> [What you have to do]:
Within the data below, count the lines that include "precision" and give only the count.

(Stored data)
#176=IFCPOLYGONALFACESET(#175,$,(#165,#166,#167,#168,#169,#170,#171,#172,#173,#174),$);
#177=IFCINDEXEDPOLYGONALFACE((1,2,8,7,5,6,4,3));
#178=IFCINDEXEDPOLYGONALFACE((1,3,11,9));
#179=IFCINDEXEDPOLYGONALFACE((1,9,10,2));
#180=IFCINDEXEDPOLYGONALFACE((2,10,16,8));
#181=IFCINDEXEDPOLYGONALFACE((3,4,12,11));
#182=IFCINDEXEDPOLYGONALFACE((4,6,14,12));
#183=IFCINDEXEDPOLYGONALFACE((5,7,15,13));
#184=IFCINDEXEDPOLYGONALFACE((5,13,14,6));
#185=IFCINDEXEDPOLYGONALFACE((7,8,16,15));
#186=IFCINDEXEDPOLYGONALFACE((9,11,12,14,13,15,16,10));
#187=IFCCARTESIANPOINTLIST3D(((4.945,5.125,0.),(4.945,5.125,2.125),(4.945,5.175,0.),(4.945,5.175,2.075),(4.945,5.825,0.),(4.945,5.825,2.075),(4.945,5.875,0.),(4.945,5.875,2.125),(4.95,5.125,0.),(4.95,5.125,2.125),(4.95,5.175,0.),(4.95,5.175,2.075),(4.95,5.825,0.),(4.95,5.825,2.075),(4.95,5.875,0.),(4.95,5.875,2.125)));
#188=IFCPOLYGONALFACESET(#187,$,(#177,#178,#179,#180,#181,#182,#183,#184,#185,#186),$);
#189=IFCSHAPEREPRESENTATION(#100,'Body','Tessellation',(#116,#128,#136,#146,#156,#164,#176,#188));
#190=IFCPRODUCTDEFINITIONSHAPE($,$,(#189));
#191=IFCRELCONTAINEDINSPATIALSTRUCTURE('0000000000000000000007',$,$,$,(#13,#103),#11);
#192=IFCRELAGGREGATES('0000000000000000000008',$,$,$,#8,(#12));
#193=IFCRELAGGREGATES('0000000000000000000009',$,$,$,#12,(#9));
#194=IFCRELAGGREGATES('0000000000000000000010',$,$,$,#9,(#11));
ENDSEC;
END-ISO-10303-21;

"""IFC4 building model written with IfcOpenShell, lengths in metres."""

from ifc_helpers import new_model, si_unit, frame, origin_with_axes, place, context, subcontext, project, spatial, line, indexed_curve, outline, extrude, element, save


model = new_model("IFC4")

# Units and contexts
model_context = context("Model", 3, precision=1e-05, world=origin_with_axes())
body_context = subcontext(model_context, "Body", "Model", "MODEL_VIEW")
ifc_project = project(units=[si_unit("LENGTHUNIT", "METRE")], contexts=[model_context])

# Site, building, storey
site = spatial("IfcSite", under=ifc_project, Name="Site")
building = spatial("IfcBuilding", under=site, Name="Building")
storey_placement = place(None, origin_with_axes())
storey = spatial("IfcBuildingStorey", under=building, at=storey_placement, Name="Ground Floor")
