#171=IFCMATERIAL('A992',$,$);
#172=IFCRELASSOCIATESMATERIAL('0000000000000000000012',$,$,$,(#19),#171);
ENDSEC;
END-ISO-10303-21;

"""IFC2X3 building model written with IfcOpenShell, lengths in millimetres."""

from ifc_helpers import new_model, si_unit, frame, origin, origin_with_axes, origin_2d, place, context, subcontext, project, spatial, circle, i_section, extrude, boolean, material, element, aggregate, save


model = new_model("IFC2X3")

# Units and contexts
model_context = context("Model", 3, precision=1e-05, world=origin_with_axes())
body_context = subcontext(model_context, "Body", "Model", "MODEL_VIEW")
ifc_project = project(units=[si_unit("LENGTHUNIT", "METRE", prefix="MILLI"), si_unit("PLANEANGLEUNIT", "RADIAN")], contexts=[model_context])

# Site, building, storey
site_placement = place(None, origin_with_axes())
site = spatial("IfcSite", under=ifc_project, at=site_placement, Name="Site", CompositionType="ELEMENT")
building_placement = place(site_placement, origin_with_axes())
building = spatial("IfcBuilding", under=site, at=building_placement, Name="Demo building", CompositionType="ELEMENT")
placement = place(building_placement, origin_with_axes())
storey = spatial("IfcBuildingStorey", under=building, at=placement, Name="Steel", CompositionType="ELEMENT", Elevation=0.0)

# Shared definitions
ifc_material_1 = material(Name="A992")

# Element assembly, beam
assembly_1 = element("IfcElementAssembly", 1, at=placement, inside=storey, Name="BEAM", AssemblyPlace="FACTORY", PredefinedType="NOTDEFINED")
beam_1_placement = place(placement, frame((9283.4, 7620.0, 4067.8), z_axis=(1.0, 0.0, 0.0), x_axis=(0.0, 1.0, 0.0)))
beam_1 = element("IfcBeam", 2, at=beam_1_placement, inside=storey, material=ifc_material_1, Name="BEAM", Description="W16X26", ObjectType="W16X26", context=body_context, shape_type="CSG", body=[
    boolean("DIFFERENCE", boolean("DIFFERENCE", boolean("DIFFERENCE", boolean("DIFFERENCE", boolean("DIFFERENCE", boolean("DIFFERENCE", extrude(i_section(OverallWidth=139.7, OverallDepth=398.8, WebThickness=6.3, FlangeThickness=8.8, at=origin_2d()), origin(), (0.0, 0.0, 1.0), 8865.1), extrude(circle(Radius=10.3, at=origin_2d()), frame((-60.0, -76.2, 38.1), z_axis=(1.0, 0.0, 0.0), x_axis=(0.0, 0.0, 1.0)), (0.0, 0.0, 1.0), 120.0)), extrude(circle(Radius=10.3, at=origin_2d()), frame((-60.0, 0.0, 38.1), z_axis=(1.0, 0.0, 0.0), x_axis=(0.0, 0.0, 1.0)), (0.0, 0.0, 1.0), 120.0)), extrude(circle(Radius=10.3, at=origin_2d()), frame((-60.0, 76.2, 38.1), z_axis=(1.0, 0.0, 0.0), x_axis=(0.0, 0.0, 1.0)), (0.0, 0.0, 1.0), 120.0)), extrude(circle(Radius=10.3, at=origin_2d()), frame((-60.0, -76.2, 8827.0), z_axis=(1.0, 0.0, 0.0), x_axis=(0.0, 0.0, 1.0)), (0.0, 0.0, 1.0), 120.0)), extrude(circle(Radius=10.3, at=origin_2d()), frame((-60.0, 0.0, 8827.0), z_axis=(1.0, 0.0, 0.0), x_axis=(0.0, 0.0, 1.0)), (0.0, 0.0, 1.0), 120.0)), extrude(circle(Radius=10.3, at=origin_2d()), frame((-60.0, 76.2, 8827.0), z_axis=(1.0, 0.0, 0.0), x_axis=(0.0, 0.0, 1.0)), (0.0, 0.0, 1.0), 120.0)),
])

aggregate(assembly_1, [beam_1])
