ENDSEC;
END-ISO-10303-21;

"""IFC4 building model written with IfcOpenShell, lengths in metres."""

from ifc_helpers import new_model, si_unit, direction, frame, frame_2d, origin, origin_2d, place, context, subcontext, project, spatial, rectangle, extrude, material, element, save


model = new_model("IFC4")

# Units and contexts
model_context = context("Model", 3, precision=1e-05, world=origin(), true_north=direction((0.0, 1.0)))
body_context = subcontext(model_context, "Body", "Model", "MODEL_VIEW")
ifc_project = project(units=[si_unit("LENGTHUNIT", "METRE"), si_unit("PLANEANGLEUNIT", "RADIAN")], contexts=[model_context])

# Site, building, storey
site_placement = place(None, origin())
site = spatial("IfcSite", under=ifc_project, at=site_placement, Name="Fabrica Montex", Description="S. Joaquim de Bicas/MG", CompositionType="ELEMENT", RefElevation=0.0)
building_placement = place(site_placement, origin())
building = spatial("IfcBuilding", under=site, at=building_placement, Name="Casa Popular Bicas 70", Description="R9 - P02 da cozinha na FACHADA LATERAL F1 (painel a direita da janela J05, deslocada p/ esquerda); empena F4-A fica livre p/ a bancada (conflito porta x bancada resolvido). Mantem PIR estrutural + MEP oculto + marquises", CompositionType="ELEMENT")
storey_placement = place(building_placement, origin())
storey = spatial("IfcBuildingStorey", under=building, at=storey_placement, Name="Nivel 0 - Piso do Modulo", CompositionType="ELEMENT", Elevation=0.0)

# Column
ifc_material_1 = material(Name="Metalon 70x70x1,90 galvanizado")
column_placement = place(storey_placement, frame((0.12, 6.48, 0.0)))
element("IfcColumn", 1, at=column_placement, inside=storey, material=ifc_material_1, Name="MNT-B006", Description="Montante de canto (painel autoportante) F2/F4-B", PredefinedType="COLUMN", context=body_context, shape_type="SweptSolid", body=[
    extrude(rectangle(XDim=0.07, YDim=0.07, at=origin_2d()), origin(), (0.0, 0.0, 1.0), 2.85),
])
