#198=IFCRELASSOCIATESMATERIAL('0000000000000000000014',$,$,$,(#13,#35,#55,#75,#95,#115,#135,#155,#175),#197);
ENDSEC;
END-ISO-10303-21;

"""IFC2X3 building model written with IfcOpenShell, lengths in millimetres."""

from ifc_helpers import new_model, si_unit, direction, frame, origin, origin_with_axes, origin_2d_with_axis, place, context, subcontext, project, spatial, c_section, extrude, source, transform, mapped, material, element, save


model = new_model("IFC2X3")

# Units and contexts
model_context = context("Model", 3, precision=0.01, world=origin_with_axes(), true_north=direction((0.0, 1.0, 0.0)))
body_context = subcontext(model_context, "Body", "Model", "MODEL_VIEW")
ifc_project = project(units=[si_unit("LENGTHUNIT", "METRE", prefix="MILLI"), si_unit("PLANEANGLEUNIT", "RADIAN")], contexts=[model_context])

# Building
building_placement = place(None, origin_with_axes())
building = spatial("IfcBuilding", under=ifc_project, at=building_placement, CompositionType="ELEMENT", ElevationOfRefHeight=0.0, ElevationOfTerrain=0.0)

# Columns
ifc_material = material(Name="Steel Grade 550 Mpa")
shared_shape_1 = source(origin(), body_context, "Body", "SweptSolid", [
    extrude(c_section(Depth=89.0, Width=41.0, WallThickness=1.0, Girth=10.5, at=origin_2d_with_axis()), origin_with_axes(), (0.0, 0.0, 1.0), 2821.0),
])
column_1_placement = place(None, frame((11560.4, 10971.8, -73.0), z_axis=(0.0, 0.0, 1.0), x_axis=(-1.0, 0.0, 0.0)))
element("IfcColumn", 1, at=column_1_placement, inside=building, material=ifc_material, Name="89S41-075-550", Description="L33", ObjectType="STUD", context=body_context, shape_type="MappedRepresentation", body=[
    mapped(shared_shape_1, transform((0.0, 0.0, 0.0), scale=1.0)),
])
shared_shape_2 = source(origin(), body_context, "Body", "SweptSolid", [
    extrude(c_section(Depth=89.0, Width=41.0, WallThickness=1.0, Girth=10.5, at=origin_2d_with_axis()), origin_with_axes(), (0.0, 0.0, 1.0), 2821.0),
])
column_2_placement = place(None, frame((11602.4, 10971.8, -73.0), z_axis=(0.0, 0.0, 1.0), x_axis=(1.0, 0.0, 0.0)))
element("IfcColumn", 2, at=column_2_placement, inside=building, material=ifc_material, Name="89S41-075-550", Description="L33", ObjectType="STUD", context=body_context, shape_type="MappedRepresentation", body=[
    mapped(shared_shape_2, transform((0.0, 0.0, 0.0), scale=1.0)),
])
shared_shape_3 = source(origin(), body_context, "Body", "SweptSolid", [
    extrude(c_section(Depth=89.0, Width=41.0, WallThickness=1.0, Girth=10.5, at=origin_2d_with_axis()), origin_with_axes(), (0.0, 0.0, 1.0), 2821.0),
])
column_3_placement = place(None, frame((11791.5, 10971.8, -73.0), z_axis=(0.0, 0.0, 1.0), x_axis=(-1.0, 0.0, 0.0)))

> [Result of the task]:
4